In these lectures, I focus on three fundamental open problems in network information theory: finding the capacity regions of the broadcast channel, the interference channel, and the relay channel. These channel models are important because they are the building blocks of a general communication network. The lectures focus on techniques for proving “infeasibility results” for achievable rate regions. In particular, I will present the novel auxiliary receiver approach as a mathematical tool for writing outer bounds in network information theory. This technique yields new outer bounds for the relay, interference, and broadcast channel settings. These bounds strictly outperform classical outer bounds at least in some regimes. For instance, we strictly improve on the cutset outer bound for the scalar Gaussian relay channel, the outer bounds for the Gaussian Z-interference channel, and the outer bounds for the two receiver broadcast channels. The technique’s basic idea is to consider one or multiple “auxiliary” receivers and use their past and/or future when identifying the auxiliary random variables.

Bio:

Amin Gohari received the B.Sc. degree from the Sharif University of Technology, Tehran, Iran, in 2004, and the Ph.D. degree in electrical engineering from the University of California at Berkeley in 2010. From 2010 to 2011, he held a post-doctoral position with the Institute of Network Coding, The Chinese University of Hong Kong. From 2011 to 2022, he was with the Department of Electrical Engineering, Sharif University of Technology and with the Tehran Institute for Advanced Studies, Khatam University. He joined the Department of Information Engineering, The Chinese University of Hong Kong in 2022. His research interests include classical and quantum information theory, game theory and molecular communication.
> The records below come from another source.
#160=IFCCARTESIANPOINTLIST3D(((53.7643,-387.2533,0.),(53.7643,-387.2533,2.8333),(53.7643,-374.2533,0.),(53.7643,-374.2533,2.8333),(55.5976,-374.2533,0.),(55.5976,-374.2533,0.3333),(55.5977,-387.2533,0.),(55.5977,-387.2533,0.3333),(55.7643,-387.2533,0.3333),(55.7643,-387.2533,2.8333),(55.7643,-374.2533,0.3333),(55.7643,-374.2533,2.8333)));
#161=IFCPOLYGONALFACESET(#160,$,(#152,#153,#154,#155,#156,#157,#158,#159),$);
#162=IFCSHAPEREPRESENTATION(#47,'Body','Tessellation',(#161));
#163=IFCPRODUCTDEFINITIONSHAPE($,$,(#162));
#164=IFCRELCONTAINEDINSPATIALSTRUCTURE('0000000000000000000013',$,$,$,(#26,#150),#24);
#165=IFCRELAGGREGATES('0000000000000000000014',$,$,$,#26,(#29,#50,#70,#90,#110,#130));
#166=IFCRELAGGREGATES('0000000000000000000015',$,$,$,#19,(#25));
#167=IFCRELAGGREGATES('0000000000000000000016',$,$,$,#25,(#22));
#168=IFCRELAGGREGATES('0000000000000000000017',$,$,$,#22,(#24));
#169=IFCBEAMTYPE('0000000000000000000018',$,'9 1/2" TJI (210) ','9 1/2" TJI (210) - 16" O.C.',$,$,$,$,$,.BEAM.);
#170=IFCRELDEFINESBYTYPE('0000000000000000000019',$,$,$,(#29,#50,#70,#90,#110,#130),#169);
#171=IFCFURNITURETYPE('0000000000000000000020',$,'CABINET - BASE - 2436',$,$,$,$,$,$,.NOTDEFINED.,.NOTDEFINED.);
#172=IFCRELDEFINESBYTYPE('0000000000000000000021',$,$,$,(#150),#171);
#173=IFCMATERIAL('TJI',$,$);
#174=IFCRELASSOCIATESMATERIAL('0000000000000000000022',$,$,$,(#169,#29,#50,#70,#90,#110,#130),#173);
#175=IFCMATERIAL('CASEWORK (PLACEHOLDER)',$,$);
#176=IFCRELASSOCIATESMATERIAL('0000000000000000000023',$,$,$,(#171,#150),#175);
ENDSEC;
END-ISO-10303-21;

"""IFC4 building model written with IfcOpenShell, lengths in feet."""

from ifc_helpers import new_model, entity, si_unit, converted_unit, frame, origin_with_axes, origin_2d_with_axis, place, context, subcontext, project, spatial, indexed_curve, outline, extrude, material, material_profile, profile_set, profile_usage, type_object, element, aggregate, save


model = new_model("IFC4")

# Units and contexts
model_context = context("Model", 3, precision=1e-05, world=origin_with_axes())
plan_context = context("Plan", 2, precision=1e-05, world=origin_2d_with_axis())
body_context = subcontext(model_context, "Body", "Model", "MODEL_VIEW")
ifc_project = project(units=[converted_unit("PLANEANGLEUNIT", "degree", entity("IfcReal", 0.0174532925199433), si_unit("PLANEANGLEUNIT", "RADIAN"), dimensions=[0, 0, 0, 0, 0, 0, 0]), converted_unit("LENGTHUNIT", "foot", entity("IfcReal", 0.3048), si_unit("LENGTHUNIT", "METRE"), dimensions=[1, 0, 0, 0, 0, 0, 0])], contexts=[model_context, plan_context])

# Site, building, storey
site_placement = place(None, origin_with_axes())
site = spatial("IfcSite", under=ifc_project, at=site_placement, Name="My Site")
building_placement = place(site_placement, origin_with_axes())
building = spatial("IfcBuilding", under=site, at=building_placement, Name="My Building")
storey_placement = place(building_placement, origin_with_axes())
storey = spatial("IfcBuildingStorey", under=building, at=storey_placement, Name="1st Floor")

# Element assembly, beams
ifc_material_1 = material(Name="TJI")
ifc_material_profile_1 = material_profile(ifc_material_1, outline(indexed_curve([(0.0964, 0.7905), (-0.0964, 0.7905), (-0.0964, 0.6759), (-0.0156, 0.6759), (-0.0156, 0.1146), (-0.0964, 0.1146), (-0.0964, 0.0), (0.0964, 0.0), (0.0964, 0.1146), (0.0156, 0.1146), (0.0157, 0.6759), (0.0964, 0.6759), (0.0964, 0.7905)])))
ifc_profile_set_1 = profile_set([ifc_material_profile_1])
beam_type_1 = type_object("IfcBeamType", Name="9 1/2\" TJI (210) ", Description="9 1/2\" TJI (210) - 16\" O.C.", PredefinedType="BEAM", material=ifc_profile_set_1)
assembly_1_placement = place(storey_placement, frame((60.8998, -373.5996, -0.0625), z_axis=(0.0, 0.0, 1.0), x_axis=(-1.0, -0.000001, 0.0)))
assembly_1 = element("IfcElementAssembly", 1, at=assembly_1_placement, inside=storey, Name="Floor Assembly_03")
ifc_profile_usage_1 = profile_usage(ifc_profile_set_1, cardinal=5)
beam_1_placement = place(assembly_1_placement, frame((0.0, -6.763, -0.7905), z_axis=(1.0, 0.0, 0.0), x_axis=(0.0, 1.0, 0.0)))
He received the 2010 Eli Jury Award from the Department of Electrical Engineering and Computer Sciences, UC Berkeley, for outstanding achievement in the area of communication networks, and the 2009–2010 Bernard Friedman Memorial Prize in Applied Mathematics from the Department of Mathematics, UC Berkeley, for demonstrated ability to do research in applied mathematics. He also received the Gold Medal from the 41st International Mathematical Olympiad (IMO 2000) and the First Prize from the 9th International Mathematical Competition for University Students (IMC 2002). He was a Finalist for the Best Student Paper Award at the IEEE International Symposium on Information Theory (ISIT) in three consecutive years 2008, 2009, and 2010. He was also the coauthor of a paper that won the ISIT 2013 Jack Wolf Student Paper Award and two that were finalists in 2012 and 2014 (as a Supervisor). He was selected as an Exemplary Reviewer for the IEEE Transactions on Communicatoins in 2015 and 2016. He served as an Associate Editor for the IEEE Transactions on Information Theory from 2018 to 2021. He also received the IEEE Iran Section’s Young Researcher Award in 2021.